They continue to run, or they drop over dead.

At any rate, 'six successes in a skill challenge' has no correlation to 'defuse corpse bomb'.  Unless you have the exact six steps mapped out ahead of time.  The skill challenge system doesn't account for that.  The skill challenge system only accounts for _any six steps_, none of which have to be any kind of physical interaction with the situation.



> The outcome of the challenge had already been decided.  There is no need to continue to beat the dead horse at that point, as it does not add anything of value to the adventure.



Exactly.  Six successes, XP reward, move on.


----------



## Lacyon (Apr 18, 2008)

This deserves a better response than I gave it last time, so let me attempt to do it now.

I'm going to continue running under my assumption that the primary design purpose of the skill challenge system is to lay down an idea of what skill DCs and ratio of successes to failures required for 'success' are, in some sense of the word, 'level-appropriate'.



			
				Celebrim said:
			
		

> Or, you could just 'wing it', responding to the various propositions the the players make and creating content as needed.  This is almost exactly like having a skill challenge, sans the arbitrary tally of abstract successes and failures.




This is exactly like a skill challenge except that the arbitray tally of successes and failures is replaced by the arbitrary whim of the DM, or the arbitrary whims of the players and DMs working in concert, or whatever other arbitrary convention you replace it with. Arbitrariness is not removed from the system.

Meanwhile, if the system is well designed, the arbitrary tally of successes and failures conforms to a likelihood of success by characters of a given level, much like the CR system (or 4Es XP-based encounter-building system) is.



			
				Celebrim said:
			
		

> Or, you could use a narrative map instead, in which various decisions moved the party between preplanned scenes and challenges.  That you wouldn't have to have the whole city layout prepared (much of which would go unused anyway).  And you could combine that with 'winging it' when or if the party went off the map.




Like the CR system, a well-designed skill challenge system (including, yes, an X before Y subsystem) can assist you in designing this narrative map as a level-appropriate challenge, as well as assisting you in adjudicating the results of 'winging it'.

That doesn't mean that every path leading to overall success needs to require X successes if you've planned them out ahead, just like every encounter doesn't need to be EL = Party Level. But having a baseline to work from is better than not, and having some guidelines for how long to draw out the encounter when the players stray from the path is also handy.



			
				Celebrim said:
			
		

> Or you could really mix it up and use a combination of random encounters, a game map, a narrative map, _and_ winging it - which is what most DMs are doing after they've been on the job for a couple of years.

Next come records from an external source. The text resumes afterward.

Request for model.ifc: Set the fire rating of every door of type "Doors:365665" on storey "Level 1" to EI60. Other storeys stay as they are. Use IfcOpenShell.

First a look at what the model holds.

```python
import ifcopenshell
import ifcopenshell.util.element

model = ifcopenshell.open("model.ifc")
print(model.schema)
storey = next(s for s in model.by_type("IfcBuildingStorey") if s.Name == "Level 1")
doors = [e for e in ifcopenshell.util.element.get_decomposition(storey) if e.is_a("IfcDoor")]
seen = {}
for e in doors:
    element_type = ifcopenshell.util.element.get_type(e)
    key = (element_type.Name if element_type != e and element_type else None, ifcopenshell.util.element.get_pset(e, "Pset_DoorCommon", "FireRating"))
    seen[key] = seen.get(key, 0) + 1
for (name, value), count in sorted(seen.items(), key=str):
    print(count, "x", name, "|", value)
```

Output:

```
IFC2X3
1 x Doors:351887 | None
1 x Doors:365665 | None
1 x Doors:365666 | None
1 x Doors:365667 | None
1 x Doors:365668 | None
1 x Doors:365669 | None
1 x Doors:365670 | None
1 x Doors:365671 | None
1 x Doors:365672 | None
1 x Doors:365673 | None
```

```python
import ifcopenshell
import ifcopenshell.api.pset
import ifcopenshell.util.element

model = ifcopenshell.open("model.ifc")

storey = next(s for s in model.by_type("IfcBuildingStorey") if s.Name == "Level 1")
doors = [e for e in ifcopenshell.util.element.get_decomposition(storey) if e.is_a("IfcDoor")]

count = 0
for e in doors:
    element_type = ifcopenshell.util.element.get_type(e)
    if element_type in (None, e) or element_type.Name != "Doors:365665":
        continue
    # add_pset returns the element's existing set when there is one.
    pset = ifcopenshell.api.pset.add_pset(model, product=e, name="Pset_DoorCommon")
    ifcopenshell.api.pset.edit_pset(model, pset=pset, properties={"FireRating": "EI60"})
    count += 1

print(count, "doors updated")

model.write("model_v2.ifc")
```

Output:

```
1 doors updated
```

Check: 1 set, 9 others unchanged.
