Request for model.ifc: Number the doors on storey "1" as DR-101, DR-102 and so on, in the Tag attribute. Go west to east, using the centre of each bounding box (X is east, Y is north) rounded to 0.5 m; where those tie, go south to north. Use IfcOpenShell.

First a look at what the model holds.

```python
import ifcopenshell
import ifcopenshell.util.element
import ifcopenshell.util.placement

model = ifcopenshell.open("model.ifc")
print(model.schema)
storey = next(s for s in model.by_type("IfcBuildingStorey") if s.Name == "1")
doors = [e for e in ifcopenshell.util.element.get_decomposition(storey) if e.is_a("IfcDoor")]
for e in sorted(doors, key=lambda e: e.id()):
    origin = ifcopenshell.util.placement.get_local_placement(e.ObjectPlacement)[:3, 3]
    print(e.id(), e.Tag, e.Name, origin.round(2) + 0.0, sep=" | ")
```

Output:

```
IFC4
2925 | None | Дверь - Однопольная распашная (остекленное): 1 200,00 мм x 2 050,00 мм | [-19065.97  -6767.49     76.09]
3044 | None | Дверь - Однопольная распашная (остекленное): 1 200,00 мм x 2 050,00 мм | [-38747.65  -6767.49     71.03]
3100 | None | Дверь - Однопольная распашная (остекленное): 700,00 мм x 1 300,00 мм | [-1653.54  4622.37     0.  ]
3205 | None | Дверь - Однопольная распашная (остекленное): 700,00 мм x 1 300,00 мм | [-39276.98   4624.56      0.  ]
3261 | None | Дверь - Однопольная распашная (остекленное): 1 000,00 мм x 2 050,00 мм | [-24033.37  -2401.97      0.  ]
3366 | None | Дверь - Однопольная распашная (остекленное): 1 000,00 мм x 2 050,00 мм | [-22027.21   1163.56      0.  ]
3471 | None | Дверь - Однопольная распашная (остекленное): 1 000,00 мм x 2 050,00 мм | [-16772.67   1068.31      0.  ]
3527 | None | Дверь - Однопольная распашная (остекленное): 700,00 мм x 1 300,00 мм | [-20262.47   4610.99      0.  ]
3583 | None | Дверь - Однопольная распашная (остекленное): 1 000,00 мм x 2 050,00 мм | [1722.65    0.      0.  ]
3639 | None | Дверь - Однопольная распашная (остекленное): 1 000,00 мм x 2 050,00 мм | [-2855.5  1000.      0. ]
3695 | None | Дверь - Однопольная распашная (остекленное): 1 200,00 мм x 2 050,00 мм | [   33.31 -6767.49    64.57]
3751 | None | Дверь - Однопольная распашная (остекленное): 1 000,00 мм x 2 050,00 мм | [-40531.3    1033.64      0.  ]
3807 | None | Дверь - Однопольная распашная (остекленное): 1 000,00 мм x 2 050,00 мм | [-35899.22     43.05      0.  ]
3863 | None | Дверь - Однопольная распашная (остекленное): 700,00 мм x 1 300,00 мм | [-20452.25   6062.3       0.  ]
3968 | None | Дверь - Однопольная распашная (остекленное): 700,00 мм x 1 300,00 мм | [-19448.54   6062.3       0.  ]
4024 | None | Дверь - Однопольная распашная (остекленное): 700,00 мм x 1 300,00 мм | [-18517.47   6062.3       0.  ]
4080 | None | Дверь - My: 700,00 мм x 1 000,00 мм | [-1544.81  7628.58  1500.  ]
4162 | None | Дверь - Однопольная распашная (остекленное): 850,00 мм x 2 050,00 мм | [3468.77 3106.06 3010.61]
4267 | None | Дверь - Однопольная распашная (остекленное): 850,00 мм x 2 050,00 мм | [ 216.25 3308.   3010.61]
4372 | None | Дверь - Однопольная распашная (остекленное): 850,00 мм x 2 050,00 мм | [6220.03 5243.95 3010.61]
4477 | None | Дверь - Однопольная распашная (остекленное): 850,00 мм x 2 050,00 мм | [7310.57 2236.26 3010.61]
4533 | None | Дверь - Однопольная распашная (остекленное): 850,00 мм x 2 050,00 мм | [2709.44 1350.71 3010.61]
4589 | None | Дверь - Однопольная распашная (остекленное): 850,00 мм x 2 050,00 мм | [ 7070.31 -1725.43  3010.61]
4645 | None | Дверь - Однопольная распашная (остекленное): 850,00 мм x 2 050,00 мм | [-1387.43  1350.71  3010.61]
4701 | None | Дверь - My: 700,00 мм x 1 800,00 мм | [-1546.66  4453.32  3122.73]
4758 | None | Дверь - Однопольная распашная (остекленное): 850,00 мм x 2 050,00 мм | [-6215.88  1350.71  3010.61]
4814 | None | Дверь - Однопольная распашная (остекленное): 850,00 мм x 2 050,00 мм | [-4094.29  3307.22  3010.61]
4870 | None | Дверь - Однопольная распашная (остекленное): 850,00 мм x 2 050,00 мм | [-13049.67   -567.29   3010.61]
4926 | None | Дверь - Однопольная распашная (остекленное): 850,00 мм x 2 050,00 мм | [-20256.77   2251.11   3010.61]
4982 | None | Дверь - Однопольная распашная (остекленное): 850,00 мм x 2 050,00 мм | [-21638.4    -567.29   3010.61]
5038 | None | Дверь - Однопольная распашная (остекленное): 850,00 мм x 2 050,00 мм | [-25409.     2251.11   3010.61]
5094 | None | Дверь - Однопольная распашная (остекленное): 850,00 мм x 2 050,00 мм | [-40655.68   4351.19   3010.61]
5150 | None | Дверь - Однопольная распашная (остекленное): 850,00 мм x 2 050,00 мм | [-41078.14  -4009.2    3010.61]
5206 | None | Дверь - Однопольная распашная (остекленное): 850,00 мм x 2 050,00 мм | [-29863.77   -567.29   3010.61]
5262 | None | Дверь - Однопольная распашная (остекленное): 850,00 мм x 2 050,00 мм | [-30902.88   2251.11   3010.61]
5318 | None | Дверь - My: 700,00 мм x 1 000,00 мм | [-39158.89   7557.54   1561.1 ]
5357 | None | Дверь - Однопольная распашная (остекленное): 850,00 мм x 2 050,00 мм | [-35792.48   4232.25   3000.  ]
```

```python
import ifcopenshell
import ifcopenshell.geom
import ifcopenshell.util.element
import ifcopenshell.util.shape

model = ifcopenshell.open("model.ifc")
settings = ifcopenshell.geom.settings()
settings.set("use-world-coords", True)


def centre(element):
    shape = ifcopenshell.geom.create_shape(settings, element)
    return ifcopenshell.util.shape.get_bbox_centroid(shape.geometry)


storey = next(s for s in model.by_type("IfcBuildingStorey") if s.Name == "1")
doors = [e for e in ifcopenshell.util.element.get_decomposition(storey) if e.is_a("IfcDoor")]

# Insertion points can sit at a corner or the storey origin, so sort by the geometry (in metres).
centres = {e: centre(e) for e in doors}
doors.sort(key=lambda e: (round(centres[e][0] / 0.5), centres[e][1]))

for i, e in enumerate(doors, start=1):
    number = f"DR-1{i:02d}"
    e.Tag = number
    print(e.id(), number)

model.write("model_updated.ifc")
```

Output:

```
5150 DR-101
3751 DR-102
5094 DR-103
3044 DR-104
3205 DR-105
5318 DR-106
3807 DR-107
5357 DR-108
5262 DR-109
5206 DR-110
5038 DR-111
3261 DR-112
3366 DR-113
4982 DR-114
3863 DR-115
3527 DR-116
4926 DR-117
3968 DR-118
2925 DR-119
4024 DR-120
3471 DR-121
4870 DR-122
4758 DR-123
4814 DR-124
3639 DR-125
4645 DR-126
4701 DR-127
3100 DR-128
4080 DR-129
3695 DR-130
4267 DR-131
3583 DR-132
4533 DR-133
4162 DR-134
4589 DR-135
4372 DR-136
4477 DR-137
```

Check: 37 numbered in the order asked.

Yes. And many DMs don't need the assistance of the CR system to plan out their combats, but I would suggest that few of them begrudge its existence. Likewise, some will not need the assistance of the skill challenge guidelines to adjudicate noncombat challenges in a way that keeps their players entertained and involved, nor to give them a fair shake at success while keeping the threat of failure real and imminent.



			
				Celebrim said:
			
		

> All of which is really quite reutine.  In a typical city escape challenge, you have some rough idea of the physical layout of the city and the hazards of escaping it (are thier natural obstacles?, is it on an island?, is it walled?, does it have regular patrols?, does it have streets or canals?, how big is it?, how deep within the city are the players?, what section of the city are they in?, etc.)  You have some idea of the demographics of your campaign and the city in particular (what level are typical guards in my campaign world?, what races inhabit the city?, what resouces do the pursuers have?).  So you respond to the PC's propositions and set the challenge according to what they do.   If they want to flee, well then you improvise a chase scene, possibily with a couple prepared (or at least preimagined) chase scenarios.  If they want to fight, well then you improvise some combat.  If they want to talk, then you improvise that.  Perhaps they end up doing a bit of everything.

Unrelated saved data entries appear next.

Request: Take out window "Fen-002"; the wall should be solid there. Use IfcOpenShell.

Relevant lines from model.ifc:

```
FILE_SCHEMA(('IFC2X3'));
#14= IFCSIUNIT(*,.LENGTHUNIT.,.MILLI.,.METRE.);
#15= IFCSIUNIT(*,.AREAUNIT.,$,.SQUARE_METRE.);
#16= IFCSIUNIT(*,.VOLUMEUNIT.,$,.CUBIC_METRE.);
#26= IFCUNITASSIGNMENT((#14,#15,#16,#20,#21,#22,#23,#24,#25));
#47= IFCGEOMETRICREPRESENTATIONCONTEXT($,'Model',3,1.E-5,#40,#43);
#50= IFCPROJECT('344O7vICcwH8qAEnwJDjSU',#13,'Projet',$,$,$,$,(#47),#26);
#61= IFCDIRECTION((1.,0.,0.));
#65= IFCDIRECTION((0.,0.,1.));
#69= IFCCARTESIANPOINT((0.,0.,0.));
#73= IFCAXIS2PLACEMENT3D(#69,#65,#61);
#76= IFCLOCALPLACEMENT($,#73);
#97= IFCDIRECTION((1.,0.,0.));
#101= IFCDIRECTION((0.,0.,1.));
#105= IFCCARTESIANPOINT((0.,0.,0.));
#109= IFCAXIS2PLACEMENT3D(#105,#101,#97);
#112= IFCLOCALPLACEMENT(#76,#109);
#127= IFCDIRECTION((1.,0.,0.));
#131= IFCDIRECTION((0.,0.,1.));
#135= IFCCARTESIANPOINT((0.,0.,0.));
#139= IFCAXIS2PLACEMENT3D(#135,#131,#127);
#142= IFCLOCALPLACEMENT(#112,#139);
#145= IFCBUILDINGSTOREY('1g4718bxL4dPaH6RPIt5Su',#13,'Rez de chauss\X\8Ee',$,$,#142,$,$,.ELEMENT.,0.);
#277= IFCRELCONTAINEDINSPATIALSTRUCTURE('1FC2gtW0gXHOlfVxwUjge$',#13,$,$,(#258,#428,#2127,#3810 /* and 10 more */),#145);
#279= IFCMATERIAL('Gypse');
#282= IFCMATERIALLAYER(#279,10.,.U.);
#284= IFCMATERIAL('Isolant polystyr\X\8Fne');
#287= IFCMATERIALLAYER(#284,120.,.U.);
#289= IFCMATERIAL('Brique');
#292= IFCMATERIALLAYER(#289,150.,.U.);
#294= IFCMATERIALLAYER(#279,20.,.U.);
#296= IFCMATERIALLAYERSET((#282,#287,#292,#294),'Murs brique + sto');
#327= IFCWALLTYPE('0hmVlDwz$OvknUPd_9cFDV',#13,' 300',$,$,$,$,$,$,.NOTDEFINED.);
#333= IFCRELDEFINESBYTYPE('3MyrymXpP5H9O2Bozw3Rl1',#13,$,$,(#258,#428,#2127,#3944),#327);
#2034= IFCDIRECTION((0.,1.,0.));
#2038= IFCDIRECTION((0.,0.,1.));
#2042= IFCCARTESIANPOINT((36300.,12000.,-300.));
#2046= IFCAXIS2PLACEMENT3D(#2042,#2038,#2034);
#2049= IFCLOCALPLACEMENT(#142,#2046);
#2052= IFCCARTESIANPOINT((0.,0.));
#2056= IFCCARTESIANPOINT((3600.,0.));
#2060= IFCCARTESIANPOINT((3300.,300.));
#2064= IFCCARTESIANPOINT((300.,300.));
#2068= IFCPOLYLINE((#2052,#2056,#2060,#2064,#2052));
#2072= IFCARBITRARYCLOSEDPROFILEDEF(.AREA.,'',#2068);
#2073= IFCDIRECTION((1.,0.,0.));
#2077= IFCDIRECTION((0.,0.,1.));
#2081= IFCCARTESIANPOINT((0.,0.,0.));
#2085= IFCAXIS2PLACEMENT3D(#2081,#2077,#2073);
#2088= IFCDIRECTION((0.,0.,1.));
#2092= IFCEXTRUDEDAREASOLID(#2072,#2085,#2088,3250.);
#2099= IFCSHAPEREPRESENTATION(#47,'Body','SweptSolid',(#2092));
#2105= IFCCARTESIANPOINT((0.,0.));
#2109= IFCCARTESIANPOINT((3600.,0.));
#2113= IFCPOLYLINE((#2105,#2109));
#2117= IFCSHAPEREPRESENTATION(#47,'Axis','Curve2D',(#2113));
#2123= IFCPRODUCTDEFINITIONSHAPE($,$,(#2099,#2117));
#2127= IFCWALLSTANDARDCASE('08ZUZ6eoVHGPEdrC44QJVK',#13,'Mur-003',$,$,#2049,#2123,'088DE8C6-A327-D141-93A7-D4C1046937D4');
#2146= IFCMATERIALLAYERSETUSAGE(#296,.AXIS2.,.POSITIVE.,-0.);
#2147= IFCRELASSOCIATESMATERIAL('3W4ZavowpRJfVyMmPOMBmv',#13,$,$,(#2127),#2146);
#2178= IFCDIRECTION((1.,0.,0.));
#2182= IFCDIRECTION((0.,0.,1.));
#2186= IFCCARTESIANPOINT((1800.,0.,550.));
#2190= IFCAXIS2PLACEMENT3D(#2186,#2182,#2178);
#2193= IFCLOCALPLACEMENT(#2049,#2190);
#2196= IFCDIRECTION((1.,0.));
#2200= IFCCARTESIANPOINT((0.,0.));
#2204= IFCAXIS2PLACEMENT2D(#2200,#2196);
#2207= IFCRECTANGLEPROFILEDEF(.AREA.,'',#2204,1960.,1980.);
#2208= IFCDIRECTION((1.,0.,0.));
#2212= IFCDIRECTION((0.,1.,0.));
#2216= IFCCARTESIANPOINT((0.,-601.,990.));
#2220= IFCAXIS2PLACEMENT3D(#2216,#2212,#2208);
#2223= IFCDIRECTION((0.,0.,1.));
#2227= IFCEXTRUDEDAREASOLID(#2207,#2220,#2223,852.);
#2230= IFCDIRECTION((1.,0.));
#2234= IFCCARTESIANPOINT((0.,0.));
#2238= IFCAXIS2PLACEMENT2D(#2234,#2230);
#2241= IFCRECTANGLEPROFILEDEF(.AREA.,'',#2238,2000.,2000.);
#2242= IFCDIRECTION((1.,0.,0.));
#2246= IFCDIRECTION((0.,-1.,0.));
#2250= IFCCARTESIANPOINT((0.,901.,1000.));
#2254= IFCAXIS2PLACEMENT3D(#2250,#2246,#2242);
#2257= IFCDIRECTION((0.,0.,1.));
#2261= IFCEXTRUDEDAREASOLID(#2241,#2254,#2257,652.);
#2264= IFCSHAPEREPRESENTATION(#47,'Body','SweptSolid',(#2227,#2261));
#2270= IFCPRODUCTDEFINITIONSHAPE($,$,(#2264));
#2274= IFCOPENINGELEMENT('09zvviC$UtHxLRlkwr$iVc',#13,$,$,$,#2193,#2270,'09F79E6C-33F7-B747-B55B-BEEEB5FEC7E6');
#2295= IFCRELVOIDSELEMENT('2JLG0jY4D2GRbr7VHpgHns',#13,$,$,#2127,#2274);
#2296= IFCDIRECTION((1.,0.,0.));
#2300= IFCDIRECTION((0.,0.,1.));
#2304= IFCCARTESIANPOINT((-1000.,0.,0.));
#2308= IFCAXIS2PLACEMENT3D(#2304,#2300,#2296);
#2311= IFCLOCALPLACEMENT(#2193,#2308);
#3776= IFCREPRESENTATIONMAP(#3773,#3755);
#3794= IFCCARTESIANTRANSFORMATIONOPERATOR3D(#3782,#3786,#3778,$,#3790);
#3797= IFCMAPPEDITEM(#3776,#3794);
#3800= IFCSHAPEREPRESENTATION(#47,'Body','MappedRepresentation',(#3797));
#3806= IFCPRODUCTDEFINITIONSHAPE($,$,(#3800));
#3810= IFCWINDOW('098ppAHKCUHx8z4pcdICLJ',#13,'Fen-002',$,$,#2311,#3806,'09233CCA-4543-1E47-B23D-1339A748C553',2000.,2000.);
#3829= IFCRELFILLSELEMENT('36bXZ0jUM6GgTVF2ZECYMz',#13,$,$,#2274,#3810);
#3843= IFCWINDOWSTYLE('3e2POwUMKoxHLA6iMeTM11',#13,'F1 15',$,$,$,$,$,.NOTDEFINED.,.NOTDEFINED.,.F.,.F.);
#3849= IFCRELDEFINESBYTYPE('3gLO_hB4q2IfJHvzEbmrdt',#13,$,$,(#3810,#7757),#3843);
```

```python
import ifcopenshell
import ifcopenshell.api.feature
import ifcopenshell.api.root
import ifcopenshell.geom
import ifcopenshell.util.shape

model = ifcopenshell.open("model.ifc")
settings = ifcopenshell.geom.settings()


def volume(element):
    """Net volume in cubic metres, openings subtracted."""
    shape = ifcopenshell.geom.create_shape(settings, element)
    return ifcopenshell.util.shape.get_volume(shape.geometry)


window = model.by_guid("098ppAHKCUHx8z4pcdICLJ")
opening = window.FillsVoids[0].RelatingOpeningElement
wall = opening.VoidsElements[0].RelatingBuildingElement
before = volume(wall)

ifcopenshell.api.root.remove_product(model, product=window)
ifcopenshell.api.feature.remove_feature(model, feature=opening)

after = volume(wall)

print(f"wall volume {before:.3f} -> {after:.3f} m3")

model.write("model_v2.ifc")
```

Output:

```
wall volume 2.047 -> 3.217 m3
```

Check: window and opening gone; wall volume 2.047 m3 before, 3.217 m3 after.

Yes. A set of guidelines that assists you in adjudicating overall success and failure is complementary to this, not antithetical.



			
				Celebrim said:
			
		

> The only problem with it is that it makes a lousy system for handling a tournament encounter because it doesn't communicate to the end GM user exactly how you wanted the encounter to play out.  It's too abstract.  It leaves too much up to GM judgement.  It is not going to be played out consistantly between groups.
> 
> Enter the skill challenge system.




The skill challenge system still leaves a lot to GM judgment, and will almost certainly play out differently between groups.


----------



## Storm-Bringer (Apr 18, 2008)

Storminator said:
			
		

> Please post everything like this from now on. Much, much better.
> 
> PS



So, there's you, Hong...  We need one more for a chorus, if you want to keep the running commentary on me rather than the topic.


----------



## beverson (Apr 18, 2008)

Storm-Bringer said:
			
		

> So, there's you, Hong...  We need one more for a chorus, if you want to keep the running commentary on me rather than the topic.

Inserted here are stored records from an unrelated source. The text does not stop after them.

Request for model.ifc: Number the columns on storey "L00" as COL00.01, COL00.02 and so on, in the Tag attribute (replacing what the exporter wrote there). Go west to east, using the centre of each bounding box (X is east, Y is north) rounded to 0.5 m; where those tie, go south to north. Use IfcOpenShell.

First a look at what the model holds.

```python
import ifcopenshell
import ifcopenshell.util.element
import ifcopenshell.util.placement

model = ifcopenshell.open("model.ifc")
print(model.schema)
storey = next(s for s in model.by_type("IfcBuildingStorey") if s.Name == "L00")
columns = [e for e in ifcopenshell.util.element.get_decomposition(storey) if e.is_a("IfcColumn")]
for e in sorted(columns, key=lambda e: e.id()):
    origin = ifcopenshell.util.placement.get_local_placement(e.ObjectPlacement)[:3, 3]
    print(e.id(), e.Tag, e.Name, origin.round(2) + 0.0, sep=" | ")
```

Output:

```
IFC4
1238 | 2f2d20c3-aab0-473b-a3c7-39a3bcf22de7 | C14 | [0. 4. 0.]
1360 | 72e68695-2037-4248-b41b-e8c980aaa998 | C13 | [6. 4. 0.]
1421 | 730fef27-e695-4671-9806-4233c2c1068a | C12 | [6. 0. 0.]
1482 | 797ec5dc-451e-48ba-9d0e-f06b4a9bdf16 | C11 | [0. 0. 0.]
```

```python
import ifcopenshell
import ifcopenshell.geom
import ifcopenshell.util.element
import ifcopenshell.util.shape

model = ifcopenshell.open("model.ifc")
settings = ifcopenshell.geom.settings()
settings.set("use-world-coords", True)


def centre(element):
    shape = ifcopenshell.geom.create_shape(settings, element)
    return ifcopenshell.util.shape.get_bbox_centroid(shape.geometry)


storey = next(s for s in model.by_type("IfcBuildingStorey") if s.Name == "L00")
columns = [e for e in ifcopenshell.util.element.get_decomposition(storey) if e.is_a("IfcColumn")]

# Insertion points can sit at a corner or the storey origin, so sort by the geometry (in metres).
centres = {e: centre(e) for e in columns}
columns.sort(key=lambda e: (round(centres[e][0] / 0.5), centres[e][1]))

for i, e in enumerate(columns, start=1):
    number = f"COL00.{i:02d}"
    e.Tag = number
    print(e.id(), number)

model.write("model_updated.ifc")
```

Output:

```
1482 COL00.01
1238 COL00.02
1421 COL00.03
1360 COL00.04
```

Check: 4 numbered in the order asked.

At the risk of getting bounced by the mods, I'd like to say that I wish both you AND Hong would stop wasting our time and space in this thread with your petty threadcrapping and take it elsewhere.

In my opinion, any guidelines provided for adjudicating skill challenges is helpful for inexperienced GM's, and I am very excited to get the chance to read the book when it finally comes out.


----------



## Storminator (Apr 18, 2008)

Storm-Bringer said:
			
		

> So, there's you, Hong...  We need one more for a chorus, if you want to keep the running commentary on me rather than the topic.




If you would just stop posting drivel that adds nothing, I would stop pointing out that you're doing it.

PS


----------



## Crosswind (Apr 18, 2008)

I think we're coming to agreement here, Lacyon.  If you view the Skill Challenge mechanic as a guideline for DMs as to what sort of DCs they could set, and the mean percentage of success they might expect, it's fine as a helper tool for DMs who had trouble doing this on their own.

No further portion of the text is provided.